Business provides sustainable food system for Columbus community, Ohio State football players

The Lantern
Yellowbird Foodshed, founded in 2014, is a company that connects shoppers with groceries from over 100 local producers. Credit: Courtesy of Leah Schaffer

Since 2014, a small business delivering to Columbus has aimed to help other Ohio-based entrepreneurs by creating a system that brings food straight from the farm to the table.

Yellowbird Foodshed , located in Mt Vernon, Ohio, is committed to providing customers with natural produce, meat, grocery and wellness products through weekly subscription boxes and an online grocery store, Benji Ballmer, founder of Yellowbird Foodshed, said . Working with over 100 local food growers and producers from Ohio, each product has been sustainably raised, harvested and transported.

“There are all these different things that contribute to the wellness of an individual, and food is such an important piece of it, but it’s just a piece,” Ballmer said. “When it comes to the food, we want to be able to bring the fresh, nutrient-dense, local food right to our customers so they don’t have to try and do it all themselves.”

Ballmer said small growers face huge disadvantages in the industry, which inspired him to create a system that can sell food from local farmers in large quantities.

“There are lots of people that no longer trust the big food system that brings food to grocery stores, for multiple reasons,” Ballmer said. “They want to know it wasn’t sprayed with chemicals and that the dollar they spend is going directly to the person who grew that food. What we’re doing is coming in and making a meaningful impact at the farm level so that the people who are actually growing the food are the ones who get paid.”

Yellowbird Foodshed recently began providing food to several Ohio State football players who have busy schedules and little time to create healthy, well-rounded meals, Ballmer said.

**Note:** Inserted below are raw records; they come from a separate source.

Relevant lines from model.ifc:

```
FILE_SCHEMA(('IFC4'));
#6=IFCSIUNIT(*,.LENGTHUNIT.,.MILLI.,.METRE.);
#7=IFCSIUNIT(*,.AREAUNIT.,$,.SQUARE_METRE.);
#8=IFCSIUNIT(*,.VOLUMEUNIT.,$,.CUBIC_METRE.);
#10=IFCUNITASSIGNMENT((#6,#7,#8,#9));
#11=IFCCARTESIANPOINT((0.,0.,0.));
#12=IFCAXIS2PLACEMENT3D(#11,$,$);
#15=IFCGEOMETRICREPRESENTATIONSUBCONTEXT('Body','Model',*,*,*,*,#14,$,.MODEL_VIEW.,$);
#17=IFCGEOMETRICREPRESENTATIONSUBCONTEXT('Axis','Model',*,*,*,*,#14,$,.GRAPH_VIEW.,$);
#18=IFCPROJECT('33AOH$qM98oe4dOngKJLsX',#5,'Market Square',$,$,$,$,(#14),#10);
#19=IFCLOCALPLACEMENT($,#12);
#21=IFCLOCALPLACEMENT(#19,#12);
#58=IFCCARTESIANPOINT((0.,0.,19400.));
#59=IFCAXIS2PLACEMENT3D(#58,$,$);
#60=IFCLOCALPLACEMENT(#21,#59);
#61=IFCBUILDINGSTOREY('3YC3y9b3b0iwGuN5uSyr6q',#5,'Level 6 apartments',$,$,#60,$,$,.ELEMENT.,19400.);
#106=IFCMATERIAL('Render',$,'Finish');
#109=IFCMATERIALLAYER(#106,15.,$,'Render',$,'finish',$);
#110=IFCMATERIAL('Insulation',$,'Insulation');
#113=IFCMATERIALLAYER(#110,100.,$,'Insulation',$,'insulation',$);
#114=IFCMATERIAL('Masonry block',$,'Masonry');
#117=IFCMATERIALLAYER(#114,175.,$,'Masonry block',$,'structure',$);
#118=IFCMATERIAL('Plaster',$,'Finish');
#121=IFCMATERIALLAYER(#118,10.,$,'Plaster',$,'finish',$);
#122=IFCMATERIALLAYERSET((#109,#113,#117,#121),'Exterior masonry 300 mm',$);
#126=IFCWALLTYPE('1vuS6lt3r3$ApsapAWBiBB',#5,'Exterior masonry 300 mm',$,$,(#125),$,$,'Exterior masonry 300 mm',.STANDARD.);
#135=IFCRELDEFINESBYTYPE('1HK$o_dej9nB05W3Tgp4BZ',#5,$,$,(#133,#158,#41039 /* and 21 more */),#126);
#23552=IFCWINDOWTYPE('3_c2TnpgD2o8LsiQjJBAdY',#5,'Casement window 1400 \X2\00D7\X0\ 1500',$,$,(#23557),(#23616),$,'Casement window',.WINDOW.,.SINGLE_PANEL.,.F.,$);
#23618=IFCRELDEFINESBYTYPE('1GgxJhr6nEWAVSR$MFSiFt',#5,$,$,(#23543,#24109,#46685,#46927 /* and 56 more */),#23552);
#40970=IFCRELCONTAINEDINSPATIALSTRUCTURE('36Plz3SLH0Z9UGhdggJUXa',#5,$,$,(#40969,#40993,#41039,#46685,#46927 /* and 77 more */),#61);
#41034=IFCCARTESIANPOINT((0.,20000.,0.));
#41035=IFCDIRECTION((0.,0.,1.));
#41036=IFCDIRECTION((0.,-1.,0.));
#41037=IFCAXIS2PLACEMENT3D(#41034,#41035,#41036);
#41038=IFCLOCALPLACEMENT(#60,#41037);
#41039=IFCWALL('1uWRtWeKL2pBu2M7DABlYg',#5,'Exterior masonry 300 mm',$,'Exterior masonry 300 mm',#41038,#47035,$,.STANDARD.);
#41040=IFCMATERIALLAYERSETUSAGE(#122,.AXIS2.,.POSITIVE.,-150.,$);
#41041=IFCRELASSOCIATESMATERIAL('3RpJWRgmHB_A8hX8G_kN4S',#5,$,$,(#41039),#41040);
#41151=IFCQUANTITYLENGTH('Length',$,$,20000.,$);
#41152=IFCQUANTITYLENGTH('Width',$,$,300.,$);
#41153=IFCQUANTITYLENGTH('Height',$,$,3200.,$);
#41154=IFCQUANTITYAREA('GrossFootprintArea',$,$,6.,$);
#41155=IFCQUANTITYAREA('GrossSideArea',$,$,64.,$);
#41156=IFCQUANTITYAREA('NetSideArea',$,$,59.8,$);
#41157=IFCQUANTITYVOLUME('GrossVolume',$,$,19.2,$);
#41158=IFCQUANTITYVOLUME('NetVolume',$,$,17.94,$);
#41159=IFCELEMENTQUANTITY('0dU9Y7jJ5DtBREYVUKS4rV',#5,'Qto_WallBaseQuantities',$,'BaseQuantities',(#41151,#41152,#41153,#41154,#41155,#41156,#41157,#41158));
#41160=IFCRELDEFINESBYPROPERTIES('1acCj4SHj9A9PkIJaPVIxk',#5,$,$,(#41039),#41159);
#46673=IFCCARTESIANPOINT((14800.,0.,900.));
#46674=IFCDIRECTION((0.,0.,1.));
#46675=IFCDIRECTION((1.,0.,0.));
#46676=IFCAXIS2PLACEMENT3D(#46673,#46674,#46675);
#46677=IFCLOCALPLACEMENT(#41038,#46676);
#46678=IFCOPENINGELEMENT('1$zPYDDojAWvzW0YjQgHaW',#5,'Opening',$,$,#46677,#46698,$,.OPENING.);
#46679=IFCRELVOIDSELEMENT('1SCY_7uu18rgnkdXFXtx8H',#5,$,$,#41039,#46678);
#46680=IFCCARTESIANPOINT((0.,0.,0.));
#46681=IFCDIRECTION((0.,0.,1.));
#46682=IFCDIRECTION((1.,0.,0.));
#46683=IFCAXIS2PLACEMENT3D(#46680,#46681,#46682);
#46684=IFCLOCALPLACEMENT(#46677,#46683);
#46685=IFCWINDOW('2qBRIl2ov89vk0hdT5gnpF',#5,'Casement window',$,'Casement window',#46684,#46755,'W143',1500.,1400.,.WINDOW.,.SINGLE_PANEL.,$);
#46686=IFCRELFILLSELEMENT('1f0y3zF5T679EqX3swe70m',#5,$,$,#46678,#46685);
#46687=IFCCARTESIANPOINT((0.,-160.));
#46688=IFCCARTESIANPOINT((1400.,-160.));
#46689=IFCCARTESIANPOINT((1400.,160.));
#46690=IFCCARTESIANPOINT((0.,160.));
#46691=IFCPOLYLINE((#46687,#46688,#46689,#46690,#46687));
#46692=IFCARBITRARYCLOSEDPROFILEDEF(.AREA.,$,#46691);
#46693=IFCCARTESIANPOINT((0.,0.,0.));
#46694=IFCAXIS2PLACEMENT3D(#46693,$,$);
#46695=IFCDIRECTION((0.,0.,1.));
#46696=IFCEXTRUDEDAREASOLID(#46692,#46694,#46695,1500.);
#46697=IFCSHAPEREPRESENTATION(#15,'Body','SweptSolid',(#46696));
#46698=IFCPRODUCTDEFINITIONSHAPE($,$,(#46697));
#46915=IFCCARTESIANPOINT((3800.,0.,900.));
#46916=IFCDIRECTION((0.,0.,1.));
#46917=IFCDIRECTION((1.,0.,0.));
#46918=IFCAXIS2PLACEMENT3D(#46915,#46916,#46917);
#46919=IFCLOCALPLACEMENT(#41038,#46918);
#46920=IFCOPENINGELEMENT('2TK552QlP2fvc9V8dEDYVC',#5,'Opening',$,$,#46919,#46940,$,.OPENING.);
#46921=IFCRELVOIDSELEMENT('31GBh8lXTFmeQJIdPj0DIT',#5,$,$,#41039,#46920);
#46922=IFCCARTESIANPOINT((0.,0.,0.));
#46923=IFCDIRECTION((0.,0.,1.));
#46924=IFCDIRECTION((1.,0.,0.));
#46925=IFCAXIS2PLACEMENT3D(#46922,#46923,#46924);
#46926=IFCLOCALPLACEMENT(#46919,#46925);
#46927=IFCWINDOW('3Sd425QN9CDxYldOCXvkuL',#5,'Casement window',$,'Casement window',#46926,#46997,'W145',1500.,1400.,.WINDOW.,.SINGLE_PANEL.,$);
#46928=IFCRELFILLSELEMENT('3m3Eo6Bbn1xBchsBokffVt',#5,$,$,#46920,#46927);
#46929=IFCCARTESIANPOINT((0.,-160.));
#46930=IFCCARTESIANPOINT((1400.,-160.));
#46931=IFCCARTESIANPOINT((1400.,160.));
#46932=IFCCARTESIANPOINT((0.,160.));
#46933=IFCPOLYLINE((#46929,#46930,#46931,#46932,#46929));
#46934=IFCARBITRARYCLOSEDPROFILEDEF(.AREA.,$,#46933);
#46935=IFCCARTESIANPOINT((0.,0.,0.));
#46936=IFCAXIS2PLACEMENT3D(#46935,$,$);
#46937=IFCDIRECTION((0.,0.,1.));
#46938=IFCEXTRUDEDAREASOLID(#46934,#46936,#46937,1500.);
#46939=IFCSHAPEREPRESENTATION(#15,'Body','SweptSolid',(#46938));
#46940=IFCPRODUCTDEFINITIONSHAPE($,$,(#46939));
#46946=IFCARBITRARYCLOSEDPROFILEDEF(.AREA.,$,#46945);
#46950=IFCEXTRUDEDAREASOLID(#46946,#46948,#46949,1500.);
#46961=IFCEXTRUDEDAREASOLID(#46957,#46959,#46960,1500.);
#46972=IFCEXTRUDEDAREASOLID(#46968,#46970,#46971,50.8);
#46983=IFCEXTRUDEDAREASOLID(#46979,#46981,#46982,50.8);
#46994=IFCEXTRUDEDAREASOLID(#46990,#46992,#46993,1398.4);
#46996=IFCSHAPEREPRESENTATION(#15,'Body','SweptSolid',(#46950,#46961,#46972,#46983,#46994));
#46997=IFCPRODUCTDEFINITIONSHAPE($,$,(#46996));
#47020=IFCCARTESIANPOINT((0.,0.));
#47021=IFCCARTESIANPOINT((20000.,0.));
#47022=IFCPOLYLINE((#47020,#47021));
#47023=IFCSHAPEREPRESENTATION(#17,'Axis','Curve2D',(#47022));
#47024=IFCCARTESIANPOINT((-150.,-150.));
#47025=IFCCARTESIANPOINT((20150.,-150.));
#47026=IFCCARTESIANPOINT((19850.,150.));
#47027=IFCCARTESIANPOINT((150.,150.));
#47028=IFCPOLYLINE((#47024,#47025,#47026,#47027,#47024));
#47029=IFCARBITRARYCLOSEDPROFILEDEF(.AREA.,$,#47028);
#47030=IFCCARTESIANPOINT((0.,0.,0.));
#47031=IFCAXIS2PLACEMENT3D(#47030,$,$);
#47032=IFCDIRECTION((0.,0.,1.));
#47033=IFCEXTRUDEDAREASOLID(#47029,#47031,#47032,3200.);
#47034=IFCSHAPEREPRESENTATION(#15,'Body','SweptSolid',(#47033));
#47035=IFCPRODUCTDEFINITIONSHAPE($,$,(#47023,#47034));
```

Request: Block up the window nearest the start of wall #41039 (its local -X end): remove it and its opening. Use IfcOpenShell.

```python
import ifcopenshell
import ifcopenshell.api.feature
import ifcopenshell.api.pset
import ifcopenshell.api.root
import ifcopenshell.geom
import ifcopenshell.util.element
import ifcopenshell.util.shape
import ifcopenshell.util.unit

model = ifcopenshell.open("model.ifc")
area_scale = ifcopenshell.util.unit.calculate_unit_scale(model, "AREAUNIT")
volume_scale = ifcopenshell.util.unit.calculate_unit_scale(model, "VOLUMEUNIT")
settings = ifcopenshell.geom.settings()


def volume(element):
    """Net volume in cubic metres, openings subtracted."""
    shape = ifcopenshell.geom.create_shape(settings, element)
    return ifcopenshell.util.shape.get_volume(shape.geometry)


window = model.by_guid("3Sd425QN9CDxYldOCXvkuL")
opening = window.FillsVoids[0].RelatingOpeningElement
wall = opening.VoidsElements[0].RelatingBuildingElement
before = volume(wall)

ifcopenshell.api.root.remove_product(model, product=window)
ifcopenshell.api.feature.remove_feature(model, feature=opening)

after = volume(wall)
thickness = 0.3  # wall thickness in metres

# Update the wall's stored quantities.
qto = model.by_id(ifcopenshell.util.element.get_pset(wall, "Qto_WallBaseQuantities", should_inherit=False)["id"])
ifcopenshell.api.pset.edit_qto(model, qto=qto, properties={
    "NetSideArea": after / thickness / area_scale,
    "NetVolume": after / volume_scale,
})

print(f"wall volume {before:.3f} -> {after:.3f} m3")

model.write("model_rev.ifc")
```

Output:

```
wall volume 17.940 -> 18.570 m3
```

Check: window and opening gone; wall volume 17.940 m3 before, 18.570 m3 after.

Sophomore safety Lathan Ransom, a second-year in communication, said as a student-athlete, Yellowbird has provided him with a great way to get healthy food despite his busy schedule.

“As a college student, it’s hard to go to the grocery store all the time and get food,” Ransom said. “When I started eating healthier, I saw how much it affected me just by changing little things in my diet. It was great that I got in contact with Yellowbird, and they really helped me out.”

Ballmer said athletes are not the only group Yellowbird aims to reach, but rather all college students who want a fridge full of healthy food but are short on time or lack cooking expertise.

“There’s definitely a need in the college individual’s diet for fresh, wholesome, nutrient-dense fruits and vegetables, but what program is there in place to make sure they have access to it?” Ballmer said. “The idea is to get these football players, and really all college kids, the nutrients they need.”

Ransom said Yellowbird Foodshed is a good option for anyone — student or not — who is looking for a healthier and more ethical way to consume food.

“From college students to people working a job, having an easy system like Yellowbird can go a long way for a lot of people,” Ransom said.

Weekly subscription boxes, which Ballmer said serve as the core of the business, come in three different sizes and price ranges from $25-$45. They can be delivered at home or picked up on Thursdays or Fridays from different routes around Columbus. He said customers will receive the various routes to choose from upon purchase.

“Every single item and every single product that we carry is sought out, and we trace it straight to a farm,” Ballmer said. “We hang our heads on that. We are super proud of that.”